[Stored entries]
--------------------------------

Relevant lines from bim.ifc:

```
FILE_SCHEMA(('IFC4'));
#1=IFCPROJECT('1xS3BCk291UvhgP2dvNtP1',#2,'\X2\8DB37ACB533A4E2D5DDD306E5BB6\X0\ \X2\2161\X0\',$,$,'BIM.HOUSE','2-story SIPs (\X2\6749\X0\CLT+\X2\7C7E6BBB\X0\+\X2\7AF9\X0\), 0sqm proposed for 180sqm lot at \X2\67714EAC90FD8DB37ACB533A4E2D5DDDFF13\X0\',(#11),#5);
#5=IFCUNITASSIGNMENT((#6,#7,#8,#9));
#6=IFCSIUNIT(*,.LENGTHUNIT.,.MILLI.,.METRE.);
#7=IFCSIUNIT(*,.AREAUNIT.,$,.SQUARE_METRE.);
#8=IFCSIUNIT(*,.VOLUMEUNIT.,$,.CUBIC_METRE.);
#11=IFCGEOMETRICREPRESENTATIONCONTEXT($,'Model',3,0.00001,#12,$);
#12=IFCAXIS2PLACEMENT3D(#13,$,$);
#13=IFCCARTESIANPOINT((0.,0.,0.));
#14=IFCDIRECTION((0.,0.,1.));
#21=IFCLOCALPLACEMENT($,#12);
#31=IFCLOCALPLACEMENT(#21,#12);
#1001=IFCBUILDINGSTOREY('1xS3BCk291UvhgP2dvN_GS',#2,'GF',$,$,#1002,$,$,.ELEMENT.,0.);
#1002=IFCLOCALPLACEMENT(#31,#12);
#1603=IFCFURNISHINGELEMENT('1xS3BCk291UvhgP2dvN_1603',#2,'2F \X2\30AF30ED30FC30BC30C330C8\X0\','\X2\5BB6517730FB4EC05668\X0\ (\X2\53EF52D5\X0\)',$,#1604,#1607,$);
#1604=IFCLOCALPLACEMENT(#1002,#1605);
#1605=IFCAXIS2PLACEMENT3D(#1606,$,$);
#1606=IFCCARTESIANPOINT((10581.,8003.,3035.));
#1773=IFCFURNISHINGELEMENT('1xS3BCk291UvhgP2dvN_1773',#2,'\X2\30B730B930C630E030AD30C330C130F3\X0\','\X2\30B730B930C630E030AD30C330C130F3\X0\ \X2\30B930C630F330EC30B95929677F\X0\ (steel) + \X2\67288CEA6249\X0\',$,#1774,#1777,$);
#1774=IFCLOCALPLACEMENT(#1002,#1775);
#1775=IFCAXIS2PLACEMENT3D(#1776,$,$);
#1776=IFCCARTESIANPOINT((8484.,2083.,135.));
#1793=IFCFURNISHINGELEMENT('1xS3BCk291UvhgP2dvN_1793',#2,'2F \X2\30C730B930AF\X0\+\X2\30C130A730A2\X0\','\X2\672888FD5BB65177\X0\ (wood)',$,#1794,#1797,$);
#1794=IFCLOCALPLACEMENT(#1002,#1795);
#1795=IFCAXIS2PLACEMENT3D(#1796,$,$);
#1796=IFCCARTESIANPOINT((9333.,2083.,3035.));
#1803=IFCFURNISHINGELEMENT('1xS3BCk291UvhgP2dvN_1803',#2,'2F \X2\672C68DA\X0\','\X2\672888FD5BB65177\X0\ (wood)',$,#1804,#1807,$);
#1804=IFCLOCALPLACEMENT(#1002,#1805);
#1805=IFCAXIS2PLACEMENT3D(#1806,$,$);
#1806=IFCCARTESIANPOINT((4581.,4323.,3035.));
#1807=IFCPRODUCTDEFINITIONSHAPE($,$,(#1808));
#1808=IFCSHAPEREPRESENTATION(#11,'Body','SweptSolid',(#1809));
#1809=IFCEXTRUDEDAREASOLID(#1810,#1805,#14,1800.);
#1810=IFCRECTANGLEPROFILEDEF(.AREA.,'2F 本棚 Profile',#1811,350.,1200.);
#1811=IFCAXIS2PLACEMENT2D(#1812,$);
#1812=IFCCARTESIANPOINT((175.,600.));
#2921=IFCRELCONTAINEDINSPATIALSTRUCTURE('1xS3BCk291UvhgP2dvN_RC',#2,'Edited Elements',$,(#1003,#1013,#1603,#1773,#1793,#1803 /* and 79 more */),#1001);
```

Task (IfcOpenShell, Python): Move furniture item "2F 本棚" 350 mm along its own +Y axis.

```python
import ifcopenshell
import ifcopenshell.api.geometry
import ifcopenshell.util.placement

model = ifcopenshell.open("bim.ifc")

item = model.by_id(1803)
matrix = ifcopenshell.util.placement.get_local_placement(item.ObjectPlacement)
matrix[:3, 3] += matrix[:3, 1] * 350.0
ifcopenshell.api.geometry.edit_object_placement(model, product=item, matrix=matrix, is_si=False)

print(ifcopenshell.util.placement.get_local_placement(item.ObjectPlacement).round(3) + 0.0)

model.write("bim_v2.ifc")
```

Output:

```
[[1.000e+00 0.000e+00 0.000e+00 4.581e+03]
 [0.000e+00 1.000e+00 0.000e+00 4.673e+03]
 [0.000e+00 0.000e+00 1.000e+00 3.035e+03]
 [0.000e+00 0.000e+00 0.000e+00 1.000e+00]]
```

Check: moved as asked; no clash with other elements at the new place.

--------------------------------

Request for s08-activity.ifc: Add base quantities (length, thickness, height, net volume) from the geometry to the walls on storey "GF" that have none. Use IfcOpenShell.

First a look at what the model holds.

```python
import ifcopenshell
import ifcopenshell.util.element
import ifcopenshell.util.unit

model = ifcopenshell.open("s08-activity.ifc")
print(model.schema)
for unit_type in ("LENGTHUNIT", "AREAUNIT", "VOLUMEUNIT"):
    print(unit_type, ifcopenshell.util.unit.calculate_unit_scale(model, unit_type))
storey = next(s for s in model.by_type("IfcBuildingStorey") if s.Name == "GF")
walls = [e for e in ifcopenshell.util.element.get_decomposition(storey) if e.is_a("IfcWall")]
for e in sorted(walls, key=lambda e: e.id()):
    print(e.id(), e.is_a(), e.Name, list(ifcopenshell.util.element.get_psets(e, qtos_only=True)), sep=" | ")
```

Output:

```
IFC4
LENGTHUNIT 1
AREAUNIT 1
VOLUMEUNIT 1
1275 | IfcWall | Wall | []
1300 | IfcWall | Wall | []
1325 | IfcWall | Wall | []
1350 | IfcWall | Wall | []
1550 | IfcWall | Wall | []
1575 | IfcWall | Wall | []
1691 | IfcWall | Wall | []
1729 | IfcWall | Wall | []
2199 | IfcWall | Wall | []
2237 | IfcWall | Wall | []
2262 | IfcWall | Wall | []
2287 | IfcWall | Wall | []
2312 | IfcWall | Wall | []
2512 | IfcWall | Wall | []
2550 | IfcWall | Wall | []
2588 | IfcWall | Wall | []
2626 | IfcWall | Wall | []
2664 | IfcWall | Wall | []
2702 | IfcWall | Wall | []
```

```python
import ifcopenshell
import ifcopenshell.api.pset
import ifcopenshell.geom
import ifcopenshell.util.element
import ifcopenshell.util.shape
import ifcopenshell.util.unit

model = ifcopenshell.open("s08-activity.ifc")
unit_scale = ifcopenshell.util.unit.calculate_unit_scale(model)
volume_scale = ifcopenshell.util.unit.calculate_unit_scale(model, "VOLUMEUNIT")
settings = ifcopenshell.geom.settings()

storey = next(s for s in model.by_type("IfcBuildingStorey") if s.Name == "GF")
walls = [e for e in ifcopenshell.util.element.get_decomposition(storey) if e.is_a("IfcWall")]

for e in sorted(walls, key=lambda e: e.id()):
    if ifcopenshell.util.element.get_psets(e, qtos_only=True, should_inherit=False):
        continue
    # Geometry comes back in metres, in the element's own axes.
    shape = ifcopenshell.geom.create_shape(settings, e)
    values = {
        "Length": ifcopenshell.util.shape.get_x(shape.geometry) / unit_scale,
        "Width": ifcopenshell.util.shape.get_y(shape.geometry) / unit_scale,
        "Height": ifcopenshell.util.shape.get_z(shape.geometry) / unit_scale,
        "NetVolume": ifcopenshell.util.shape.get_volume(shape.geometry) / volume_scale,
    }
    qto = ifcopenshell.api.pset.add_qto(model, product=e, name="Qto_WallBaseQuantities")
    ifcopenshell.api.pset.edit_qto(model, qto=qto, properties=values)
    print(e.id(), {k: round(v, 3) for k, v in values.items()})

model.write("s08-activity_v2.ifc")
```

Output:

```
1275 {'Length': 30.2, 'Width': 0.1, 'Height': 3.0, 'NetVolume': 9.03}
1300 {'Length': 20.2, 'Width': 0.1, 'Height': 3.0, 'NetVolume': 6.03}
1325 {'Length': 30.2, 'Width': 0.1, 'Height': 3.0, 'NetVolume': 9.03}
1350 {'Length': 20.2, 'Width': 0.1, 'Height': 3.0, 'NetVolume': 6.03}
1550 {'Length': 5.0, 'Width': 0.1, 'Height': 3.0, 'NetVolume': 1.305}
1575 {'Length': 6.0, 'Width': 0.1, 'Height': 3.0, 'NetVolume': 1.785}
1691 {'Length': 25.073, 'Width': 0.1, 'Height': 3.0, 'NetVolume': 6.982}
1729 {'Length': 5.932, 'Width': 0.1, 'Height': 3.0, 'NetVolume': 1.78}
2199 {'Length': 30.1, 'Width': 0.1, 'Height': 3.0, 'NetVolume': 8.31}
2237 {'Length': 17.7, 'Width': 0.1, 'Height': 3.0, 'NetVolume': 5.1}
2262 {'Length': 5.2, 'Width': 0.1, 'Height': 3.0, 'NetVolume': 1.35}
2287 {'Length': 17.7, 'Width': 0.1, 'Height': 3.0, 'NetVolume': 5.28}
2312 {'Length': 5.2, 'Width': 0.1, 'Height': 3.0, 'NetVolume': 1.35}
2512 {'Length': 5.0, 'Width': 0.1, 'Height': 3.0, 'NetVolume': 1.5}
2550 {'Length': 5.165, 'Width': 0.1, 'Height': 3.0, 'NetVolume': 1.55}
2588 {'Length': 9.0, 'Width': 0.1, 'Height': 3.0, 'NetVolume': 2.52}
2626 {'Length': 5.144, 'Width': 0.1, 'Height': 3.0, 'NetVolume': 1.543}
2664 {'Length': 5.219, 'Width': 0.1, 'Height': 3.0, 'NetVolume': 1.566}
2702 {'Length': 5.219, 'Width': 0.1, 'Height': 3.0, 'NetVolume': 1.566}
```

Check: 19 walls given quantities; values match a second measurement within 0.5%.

--------------------------------

What you will do: Among the lines of the data, some contain the word "IFCSIUNIT". How many are there? Reply with the number alone.

Answer section: 3